CMSE 381 Study Guide

CMSE 381 Study Guide#

Here we summarize the detailed learning goals in terms of a series of questions that you should be able to answer at the end of this course.

(Work in progress… Last update 10/6/2025)

(Required readings: chapter sections 5.1 … 10 pages)

Why do you need validation methods?
What is the difference between validation scores and true test errors?
What are the three most basic validation methods?
For each of these methods,
- How do you calculate the validation score? You should be able to describe the procedures verbally and mathematically.
- How do you calculate the validation score in Python?
- What is the advantages and disadvantages of using this method compared to the two other methods? You should be able to describe them in terms of computational cost and bias/variance of estimation.
How do you use validation methods to select the appropriate meta-parameter?
- Given a plot of validation score as a function of model flexibility, which depends on a specific meta-parameter of the model, you should be able to choose the right parameter by reading the plot, and provide an explanation based on the principle of bias-variance tradeoff.
- Given a dataset, you should be able to generate this plot yourself in Python for any type of model covered in this class.

(Required readings: chapter section 6.1 … 9 pages)

Why shouldn’t you have as many predictors in your model as possible?
What are the three basic methods could be used to select the appropriate predictors (feature selection)?
What are the steps/procedures in the algorithm for each of these methods?
How to implement these procedures by hand given the training and CV test error for each combo of predictors?
What are the pros and cons for choosing each of these feature selection methods? When you can or cannot use them?
How do you implement the feature selection algorithm in Python?
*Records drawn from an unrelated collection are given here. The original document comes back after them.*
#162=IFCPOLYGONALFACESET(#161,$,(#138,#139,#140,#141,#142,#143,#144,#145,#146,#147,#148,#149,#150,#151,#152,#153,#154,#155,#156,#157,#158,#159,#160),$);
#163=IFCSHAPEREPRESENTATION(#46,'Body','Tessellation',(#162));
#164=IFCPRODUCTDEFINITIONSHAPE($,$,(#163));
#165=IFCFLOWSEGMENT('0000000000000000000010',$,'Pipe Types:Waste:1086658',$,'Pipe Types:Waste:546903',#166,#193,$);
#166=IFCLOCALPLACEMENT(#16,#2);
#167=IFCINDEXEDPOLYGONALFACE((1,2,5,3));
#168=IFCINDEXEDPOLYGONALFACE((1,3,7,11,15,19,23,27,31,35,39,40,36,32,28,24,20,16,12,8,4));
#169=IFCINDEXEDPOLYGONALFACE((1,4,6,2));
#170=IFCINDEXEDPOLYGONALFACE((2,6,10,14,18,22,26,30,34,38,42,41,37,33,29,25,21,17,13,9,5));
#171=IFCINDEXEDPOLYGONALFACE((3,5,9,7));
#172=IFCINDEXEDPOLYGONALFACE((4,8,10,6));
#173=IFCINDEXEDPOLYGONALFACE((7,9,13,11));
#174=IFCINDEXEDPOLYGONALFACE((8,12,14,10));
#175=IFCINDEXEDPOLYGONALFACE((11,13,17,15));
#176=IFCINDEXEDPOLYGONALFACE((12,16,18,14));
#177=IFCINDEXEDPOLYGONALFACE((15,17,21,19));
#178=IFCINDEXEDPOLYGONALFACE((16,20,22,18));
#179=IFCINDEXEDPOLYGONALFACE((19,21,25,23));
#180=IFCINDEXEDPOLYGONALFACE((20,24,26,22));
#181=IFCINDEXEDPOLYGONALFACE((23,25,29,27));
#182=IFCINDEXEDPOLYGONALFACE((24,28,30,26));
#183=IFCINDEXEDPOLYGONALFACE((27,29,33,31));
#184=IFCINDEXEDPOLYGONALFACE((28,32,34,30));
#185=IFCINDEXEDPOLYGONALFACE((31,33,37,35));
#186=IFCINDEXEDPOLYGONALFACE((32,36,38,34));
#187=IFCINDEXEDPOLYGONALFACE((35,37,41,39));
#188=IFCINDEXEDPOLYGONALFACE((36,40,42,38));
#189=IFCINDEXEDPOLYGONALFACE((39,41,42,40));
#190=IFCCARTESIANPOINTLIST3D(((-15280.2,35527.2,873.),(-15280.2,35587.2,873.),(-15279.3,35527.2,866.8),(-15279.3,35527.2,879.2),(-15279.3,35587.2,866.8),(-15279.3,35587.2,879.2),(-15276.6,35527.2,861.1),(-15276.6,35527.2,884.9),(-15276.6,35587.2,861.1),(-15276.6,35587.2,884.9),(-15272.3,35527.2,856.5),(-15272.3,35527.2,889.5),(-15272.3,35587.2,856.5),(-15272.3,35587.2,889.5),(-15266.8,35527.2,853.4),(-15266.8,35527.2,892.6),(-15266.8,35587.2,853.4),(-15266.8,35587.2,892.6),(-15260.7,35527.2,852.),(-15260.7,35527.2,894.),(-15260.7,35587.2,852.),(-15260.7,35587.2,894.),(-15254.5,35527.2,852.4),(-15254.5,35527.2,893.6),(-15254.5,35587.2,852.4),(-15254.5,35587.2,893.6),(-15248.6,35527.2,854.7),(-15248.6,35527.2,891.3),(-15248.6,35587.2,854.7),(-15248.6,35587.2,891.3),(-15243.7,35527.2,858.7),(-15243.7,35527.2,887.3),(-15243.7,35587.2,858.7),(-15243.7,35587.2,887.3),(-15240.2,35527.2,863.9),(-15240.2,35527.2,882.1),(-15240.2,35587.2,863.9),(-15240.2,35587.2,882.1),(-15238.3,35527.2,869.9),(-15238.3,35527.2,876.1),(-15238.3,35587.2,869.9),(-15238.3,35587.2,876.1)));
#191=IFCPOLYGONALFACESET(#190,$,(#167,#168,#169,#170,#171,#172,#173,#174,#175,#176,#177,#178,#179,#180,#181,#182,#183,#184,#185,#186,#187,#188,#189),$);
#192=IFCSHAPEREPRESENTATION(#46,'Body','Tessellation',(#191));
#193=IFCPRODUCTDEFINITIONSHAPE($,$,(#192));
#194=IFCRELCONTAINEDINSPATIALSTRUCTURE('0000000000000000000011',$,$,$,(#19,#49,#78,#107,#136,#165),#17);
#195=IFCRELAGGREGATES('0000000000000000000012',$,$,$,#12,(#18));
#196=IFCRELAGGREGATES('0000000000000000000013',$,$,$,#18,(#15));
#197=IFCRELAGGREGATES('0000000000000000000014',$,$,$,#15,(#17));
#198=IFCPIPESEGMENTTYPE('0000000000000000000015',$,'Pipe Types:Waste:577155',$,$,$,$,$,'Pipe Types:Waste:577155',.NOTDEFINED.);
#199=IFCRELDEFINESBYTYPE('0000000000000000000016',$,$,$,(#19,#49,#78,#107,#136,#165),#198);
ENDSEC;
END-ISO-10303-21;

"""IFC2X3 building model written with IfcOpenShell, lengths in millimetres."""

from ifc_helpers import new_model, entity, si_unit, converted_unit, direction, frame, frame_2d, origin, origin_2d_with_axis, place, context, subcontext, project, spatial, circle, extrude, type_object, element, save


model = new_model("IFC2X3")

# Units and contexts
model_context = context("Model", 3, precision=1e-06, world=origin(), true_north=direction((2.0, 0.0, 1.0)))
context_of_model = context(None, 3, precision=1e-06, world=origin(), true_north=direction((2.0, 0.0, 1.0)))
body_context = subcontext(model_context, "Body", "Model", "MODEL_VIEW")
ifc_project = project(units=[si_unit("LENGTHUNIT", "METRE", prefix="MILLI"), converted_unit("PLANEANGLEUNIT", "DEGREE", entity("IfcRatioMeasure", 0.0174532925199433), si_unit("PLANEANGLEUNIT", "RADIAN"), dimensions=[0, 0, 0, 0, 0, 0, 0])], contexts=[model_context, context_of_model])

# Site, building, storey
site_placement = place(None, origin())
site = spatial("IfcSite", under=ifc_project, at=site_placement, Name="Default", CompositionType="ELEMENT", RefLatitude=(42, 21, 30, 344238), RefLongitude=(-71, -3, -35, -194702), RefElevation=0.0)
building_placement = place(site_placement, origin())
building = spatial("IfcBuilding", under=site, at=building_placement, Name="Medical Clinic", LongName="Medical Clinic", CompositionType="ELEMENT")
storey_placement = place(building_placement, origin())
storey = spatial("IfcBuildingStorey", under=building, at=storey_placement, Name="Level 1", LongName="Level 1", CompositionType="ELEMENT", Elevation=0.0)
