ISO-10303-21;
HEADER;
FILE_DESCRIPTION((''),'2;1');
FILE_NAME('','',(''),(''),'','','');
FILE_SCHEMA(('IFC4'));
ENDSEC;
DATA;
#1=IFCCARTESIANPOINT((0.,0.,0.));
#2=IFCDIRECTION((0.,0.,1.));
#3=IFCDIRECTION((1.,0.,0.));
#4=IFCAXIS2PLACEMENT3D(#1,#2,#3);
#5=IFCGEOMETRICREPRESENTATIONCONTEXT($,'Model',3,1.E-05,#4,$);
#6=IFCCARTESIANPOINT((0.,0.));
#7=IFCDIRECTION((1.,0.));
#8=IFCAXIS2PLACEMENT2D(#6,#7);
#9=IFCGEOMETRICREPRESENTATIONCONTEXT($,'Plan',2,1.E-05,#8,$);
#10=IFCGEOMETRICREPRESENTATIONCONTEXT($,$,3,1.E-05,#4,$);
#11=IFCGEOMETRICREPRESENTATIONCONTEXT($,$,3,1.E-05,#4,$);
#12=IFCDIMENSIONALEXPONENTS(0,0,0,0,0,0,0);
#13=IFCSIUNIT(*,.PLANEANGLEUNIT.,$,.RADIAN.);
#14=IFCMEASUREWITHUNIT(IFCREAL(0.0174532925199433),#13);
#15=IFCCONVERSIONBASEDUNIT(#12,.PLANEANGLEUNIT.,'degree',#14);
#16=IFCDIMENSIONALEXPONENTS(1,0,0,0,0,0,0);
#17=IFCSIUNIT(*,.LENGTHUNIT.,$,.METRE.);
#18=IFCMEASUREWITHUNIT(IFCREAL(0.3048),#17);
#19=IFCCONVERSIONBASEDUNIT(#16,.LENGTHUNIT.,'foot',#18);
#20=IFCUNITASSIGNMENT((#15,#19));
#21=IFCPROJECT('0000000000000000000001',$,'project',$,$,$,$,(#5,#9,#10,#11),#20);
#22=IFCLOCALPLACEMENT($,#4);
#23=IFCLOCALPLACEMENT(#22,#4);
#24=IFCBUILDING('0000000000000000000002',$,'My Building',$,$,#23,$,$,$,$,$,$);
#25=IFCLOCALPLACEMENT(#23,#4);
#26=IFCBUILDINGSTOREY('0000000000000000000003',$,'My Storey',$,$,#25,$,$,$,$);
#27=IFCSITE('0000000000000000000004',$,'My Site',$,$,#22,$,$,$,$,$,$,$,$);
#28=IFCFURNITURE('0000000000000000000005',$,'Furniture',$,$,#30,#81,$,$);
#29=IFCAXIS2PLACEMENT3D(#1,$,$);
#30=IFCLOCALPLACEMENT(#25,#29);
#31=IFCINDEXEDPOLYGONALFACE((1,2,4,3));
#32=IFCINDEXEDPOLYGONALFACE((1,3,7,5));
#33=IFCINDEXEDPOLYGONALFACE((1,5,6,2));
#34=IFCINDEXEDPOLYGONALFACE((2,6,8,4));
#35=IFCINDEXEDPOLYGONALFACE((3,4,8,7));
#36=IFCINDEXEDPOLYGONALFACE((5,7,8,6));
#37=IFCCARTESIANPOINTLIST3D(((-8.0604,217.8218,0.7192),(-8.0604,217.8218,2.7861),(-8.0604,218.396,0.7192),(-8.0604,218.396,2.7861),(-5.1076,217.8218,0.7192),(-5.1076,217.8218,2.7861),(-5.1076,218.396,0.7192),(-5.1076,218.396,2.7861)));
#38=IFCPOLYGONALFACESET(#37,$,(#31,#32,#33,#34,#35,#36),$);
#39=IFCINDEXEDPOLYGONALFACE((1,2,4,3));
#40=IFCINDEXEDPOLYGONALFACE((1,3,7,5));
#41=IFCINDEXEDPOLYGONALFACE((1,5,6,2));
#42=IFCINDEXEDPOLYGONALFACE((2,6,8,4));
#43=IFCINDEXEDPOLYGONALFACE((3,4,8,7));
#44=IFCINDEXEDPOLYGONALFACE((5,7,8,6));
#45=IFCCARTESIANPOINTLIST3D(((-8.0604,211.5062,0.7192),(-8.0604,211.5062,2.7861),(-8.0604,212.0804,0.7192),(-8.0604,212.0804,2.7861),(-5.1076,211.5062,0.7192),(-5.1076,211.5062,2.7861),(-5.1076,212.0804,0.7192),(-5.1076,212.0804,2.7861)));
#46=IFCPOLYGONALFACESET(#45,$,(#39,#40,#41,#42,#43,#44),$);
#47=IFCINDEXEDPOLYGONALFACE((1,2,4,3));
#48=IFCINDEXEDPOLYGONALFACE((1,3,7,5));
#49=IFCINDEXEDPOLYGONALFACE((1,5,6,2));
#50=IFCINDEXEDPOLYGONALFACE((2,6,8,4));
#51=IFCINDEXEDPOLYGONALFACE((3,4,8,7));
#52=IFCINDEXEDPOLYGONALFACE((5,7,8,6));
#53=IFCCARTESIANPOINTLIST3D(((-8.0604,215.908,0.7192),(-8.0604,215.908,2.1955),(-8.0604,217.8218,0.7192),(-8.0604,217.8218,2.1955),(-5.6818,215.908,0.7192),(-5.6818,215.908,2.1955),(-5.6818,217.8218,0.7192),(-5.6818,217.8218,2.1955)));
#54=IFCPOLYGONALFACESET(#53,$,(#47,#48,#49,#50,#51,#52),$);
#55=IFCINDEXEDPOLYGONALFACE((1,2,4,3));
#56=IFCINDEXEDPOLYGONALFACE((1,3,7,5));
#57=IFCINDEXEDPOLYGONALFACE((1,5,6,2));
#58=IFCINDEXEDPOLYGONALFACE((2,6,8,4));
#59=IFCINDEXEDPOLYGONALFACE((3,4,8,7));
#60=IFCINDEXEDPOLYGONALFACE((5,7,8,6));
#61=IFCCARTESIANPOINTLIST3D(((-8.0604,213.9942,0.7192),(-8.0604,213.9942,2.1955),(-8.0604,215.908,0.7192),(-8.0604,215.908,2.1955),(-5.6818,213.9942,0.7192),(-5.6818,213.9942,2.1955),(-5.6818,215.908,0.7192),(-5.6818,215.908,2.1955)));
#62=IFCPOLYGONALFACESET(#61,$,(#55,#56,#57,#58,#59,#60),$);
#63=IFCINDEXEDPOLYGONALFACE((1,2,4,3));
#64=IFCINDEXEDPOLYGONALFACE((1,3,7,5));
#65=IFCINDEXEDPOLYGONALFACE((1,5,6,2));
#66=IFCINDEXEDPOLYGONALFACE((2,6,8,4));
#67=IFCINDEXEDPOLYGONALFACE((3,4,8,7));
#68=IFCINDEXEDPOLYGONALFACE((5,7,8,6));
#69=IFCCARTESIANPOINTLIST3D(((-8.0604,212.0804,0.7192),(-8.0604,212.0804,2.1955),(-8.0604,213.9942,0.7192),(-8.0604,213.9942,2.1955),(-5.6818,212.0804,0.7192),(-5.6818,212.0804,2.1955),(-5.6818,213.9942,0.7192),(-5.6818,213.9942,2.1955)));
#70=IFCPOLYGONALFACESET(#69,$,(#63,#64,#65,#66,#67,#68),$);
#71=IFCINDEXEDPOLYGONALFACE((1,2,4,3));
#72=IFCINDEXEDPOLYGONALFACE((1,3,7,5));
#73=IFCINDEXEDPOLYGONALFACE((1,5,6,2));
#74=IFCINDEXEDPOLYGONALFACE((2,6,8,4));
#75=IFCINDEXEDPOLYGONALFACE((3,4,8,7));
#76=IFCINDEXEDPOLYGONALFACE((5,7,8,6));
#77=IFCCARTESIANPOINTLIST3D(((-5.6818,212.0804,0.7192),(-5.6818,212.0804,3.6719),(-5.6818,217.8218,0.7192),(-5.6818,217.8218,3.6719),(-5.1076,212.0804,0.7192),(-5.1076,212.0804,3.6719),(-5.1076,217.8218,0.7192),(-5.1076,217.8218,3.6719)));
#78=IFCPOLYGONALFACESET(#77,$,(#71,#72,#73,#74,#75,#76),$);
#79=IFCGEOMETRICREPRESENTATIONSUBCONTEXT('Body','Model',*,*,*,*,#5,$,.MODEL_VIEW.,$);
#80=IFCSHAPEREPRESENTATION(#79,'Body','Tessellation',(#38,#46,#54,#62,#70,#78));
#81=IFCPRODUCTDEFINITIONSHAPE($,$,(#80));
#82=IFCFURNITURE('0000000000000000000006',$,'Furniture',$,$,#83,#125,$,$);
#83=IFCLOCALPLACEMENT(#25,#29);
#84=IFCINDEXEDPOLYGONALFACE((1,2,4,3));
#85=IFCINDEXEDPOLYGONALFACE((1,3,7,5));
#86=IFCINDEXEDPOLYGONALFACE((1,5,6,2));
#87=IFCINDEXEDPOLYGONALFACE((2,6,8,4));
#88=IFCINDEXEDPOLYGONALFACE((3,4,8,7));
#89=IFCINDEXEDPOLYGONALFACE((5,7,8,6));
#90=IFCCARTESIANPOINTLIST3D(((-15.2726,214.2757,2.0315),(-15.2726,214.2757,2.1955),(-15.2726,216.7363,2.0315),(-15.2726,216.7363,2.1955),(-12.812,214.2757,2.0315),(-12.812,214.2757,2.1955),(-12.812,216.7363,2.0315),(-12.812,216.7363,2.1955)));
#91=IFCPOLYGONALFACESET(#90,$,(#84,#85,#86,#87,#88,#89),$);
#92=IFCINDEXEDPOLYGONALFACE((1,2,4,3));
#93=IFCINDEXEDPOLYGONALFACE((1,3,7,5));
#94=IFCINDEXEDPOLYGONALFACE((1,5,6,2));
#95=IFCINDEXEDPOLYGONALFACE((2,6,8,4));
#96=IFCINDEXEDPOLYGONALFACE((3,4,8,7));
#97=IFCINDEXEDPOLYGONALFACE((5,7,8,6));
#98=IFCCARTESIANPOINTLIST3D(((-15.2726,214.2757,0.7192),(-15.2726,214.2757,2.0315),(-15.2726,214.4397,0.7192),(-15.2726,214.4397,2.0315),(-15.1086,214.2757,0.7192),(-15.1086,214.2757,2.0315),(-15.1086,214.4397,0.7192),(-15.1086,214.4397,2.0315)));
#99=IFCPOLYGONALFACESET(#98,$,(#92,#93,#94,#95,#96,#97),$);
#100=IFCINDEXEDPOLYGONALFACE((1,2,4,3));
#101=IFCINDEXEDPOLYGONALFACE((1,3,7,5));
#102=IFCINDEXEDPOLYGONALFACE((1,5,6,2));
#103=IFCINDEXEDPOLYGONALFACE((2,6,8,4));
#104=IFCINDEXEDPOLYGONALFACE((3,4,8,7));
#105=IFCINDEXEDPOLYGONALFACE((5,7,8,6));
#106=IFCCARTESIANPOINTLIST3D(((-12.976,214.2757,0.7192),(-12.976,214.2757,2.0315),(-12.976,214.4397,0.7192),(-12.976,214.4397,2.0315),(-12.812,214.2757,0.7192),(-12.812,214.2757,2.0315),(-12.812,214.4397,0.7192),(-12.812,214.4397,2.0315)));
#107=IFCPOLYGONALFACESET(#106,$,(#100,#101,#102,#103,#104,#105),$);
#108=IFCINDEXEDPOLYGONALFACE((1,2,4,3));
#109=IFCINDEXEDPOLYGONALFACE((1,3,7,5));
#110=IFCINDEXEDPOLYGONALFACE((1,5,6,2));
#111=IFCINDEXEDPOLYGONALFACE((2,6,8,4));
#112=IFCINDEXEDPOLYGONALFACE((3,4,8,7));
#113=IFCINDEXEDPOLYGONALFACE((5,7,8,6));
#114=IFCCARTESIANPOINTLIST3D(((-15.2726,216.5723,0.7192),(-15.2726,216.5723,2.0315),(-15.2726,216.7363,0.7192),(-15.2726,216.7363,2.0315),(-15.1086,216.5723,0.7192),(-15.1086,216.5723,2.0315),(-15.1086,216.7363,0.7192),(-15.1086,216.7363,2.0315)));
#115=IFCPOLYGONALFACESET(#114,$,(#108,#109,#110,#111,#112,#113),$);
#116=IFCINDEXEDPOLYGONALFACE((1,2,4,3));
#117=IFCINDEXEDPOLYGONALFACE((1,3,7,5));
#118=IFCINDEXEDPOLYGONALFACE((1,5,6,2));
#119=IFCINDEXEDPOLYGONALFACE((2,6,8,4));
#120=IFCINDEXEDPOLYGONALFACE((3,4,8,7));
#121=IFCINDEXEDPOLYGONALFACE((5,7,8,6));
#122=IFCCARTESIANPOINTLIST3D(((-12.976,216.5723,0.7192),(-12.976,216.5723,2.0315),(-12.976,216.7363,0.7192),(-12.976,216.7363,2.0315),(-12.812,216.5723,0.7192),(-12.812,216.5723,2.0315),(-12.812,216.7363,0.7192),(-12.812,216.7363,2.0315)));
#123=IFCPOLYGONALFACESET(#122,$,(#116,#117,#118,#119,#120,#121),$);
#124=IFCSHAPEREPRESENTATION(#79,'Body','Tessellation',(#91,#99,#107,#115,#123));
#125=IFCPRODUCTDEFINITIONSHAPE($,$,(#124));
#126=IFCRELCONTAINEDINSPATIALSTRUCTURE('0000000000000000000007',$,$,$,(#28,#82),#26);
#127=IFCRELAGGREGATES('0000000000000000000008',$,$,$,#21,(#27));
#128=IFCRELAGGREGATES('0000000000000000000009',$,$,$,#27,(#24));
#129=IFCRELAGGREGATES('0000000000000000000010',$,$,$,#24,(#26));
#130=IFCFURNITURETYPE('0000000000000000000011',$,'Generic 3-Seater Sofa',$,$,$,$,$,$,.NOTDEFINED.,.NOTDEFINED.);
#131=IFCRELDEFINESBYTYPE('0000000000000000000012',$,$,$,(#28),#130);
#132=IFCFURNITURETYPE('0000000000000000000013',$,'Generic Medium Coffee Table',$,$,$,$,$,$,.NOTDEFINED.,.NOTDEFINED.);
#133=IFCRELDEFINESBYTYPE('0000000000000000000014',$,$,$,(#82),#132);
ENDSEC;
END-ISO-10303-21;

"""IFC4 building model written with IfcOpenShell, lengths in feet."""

from ifc_helpers import new_model, entity, si_unit, converted_unit, frame, origin_with_axes, origin_2d_with_axis, place, context, subcontext, project, spatial, line, indexed_curve, outline, extrude, shape, source, transform, mapped, type_object, type_shapes, element, save


model = new_model("IFC4")

# Units and contexts
model_context = context("Model", 3, precision=1e-05, world=origin_with_axes())
plan_context = context("Plan", 2, precision=1e-05, world=origin_2d_with_axis())
context_of_model_1 = context(None, 3, precision=1e-05, world=origin_with_axes())
context_of_model_2 = context(None, 3, precision=1e-05, world=origin_with_axes())
body_context_1 = subcontext(model_context, "Body", "Model", "MODEL_VIEW")
body_context_2 = subcontext(plan_context, "Body", "Plan", "PLAN_VIEW")
ifc_project = project(units=[converted_unit("PLANEANGLEUNIT", "degree", entity("IfcReal", 0.0174532925199433), si_unit("PLANEANGLEUNIT", "RADIAN"), dimensions=[0, 0, 0, 0, 0, 0, 0]), converted_unit("LENGTHUNIT", "foot", entity("IfcReal", 0.3048), si_unit("LENGTHUNIT", "METRE"), dimensions=[1, 0, 0, 0, 0, 0, 0])], contexts=[model_context, plan_context, context_of_model_1, context_of_model_2])

# Site, building, storey
site_placement = place(None, origin_with_axes())
site = spatial("IfcSite", under=ifc_project, at=site_placement, Name="My Site")
building_placement = place(site_placement, origin_with_axes())
building = spatial("IfcBuilding", under=site, at=building_placement, Name="My Building")
storey_placement = place(building_placement, origin_with_axes())
storey = spatial("IfcBuildingStorey", under=building, at=storey_placement, Name="My Storey")

# Furniture
furniture_type_1 = type_object("IfcFurnitureType", Name="Generic 3-Seater Sofa", AssemblyPlace="NOTDEFINED", PredefinedType="NOTDEFINED")
shared_shape_1 = source(origin_with_axes(), body_context_1, "Body", "SweptSolid", [
    extrude(outline(indexed_curve([(0.0, 0.0), (0.5741, 0.0), (0.5741, 2.9528), (0.0, 2.9528)], segments=[line(1, 2), line(2, 3), line(3, 4), line(4, 1)])), frame((-3.4449, -2.9528, 0.0), z_axis=(0.0, 0.0, 1.0), x_axis=(1.0, 0.0, 0.0)), (0.0, 0.0, 1.0), 2.0669),
    extrude(outline(indexed_curve([(0.0, 0.0), (0.5741, 0.0), (0.5741, 2.9528), (0.0, 2.9528)], segments=[line(1, 2), line(2, 3), line(3, 4), line(4, 1)])), frame((2.8707, -2.9528, 0.0), z_axis=(0.0, 0.0, 1.0), x_axis=(1.0, 0.0, 0.0)), (0.0, 0.0, 1.0), 2.0669),
    extrude(outline(indexed_curve([(0.5741, 0.0), (2.488, 0.0), (2.488, 2.3786), (0.5741, 2.3786)], segments=[line(1, 2), line(2, 3), line(3, 4), line(4, 1)])), frame((-3.4449, -2.9528, 0.0), z_axis=(0.0, 0.0, 1.0), x_axis=(1.0, 0.0, 0.0)), (0.0, 0.0, 1.0), 1.4764),
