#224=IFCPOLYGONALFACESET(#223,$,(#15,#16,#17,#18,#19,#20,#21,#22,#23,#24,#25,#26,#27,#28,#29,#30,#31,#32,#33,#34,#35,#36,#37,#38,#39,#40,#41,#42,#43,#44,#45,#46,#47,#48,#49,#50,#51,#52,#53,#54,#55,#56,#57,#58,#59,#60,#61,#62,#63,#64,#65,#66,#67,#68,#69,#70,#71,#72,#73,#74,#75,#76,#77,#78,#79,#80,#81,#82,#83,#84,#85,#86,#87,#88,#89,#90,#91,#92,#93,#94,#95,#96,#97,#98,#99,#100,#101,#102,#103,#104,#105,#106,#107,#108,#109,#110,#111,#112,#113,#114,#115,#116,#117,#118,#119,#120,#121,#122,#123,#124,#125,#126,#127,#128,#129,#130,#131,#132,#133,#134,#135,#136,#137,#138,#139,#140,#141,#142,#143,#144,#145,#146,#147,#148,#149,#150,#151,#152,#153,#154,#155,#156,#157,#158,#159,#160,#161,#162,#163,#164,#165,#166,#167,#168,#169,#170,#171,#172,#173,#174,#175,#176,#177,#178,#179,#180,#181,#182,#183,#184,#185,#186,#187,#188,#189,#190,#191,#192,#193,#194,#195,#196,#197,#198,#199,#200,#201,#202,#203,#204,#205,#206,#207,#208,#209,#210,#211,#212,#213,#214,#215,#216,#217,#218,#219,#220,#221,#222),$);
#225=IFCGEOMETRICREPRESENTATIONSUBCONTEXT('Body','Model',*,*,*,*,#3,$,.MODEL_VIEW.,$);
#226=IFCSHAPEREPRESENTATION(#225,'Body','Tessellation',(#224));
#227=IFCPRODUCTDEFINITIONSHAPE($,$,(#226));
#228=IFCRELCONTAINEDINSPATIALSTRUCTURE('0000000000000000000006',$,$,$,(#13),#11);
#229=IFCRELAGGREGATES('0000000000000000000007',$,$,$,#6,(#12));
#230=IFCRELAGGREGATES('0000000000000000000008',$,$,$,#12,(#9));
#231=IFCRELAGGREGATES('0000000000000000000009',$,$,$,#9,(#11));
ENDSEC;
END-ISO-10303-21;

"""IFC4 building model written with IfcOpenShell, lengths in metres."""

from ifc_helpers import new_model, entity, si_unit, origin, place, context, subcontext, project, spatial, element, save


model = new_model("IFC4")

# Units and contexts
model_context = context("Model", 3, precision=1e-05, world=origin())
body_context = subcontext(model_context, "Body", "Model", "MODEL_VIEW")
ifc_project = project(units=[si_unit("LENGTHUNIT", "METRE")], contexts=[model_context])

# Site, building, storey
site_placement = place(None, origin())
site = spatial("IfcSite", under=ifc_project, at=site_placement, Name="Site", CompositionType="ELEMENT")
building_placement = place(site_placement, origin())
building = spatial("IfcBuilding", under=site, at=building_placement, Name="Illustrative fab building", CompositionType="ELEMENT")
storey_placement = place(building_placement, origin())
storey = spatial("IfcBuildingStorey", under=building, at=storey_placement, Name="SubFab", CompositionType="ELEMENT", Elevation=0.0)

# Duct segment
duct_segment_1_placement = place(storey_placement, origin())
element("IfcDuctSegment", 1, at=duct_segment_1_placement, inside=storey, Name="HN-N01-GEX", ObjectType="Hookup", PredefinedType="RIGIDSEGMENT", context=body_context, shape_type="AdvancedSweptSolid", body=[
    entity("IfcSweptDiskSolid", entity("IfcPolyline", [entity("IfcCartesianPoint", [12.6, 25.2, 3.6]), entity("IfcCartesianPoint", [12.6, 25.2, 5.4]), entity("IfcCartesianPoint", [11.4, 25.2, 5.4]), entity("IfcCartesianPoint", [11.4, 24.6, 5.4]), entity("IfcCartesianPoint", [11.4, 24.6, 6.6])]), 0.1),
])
(Required readings: chapter section 6.2.1-6.2.2 … 12 pages)

What is regularization? Why do we need it?
What are the two basic types of regularization methods? How are they implemented mathematically in linear regression? Why are they also called Shrinkage methods?
How do you fit these two basic type of regularized linear regression model in python?
How do you control the model flexibility & bias-variance tradeoff when using regularization?
How do you find the right amount of regularization using cross-validation? How do you do this in python?
What additional precautions do you need to take when using regularization (compared to least squares)?
What are the advantages of regularization compared to Least Squares?
What are the advantages of regularization compared to subset selection?
What are the advantages of one type Shrinkage method over another? When do you choose one over another?

(Required readings: chapter section 6.3 … 9 pages)

WHow to create new variables as linear combinations of the original predictors?
Why do we need Principal Component Analysis (PCA)? What is the main purpose of using it?
What is a principal component (PC)?
- What does the first PC maximize? You should be able to explain this both geometrically in a plot and mathematically.
- Similarly, what do the subsequent PCs maximize?
How do you compute the PCs in Python, given a dataset?
- How do you project data points on each PC? You should also be able to plot the data points in the PC space.
- How do you find out how much variance each PC explains?
Why do you want to use the PCs in regression models?
- What assumptions do you have to make for it to be a good idea to use principal component regression (PCR)?
- Or conversely, what is a typical bad scenario to use PCR?
How do you implement PCR in Python?
How do you interpret the model coefficients when using PCR?
How do you choose the number of PC to use in PCR?
- Given a figure of, e.g., cross-validation score as a function of the number of PCs, you should be able to choose appropriately and provide rationales in terms of bias-variance tradeoff.
- You should be able to generate such figures in Python.
What is the relationship/differences between PCR and feature selection and regularization methods that you learned in this part of the course?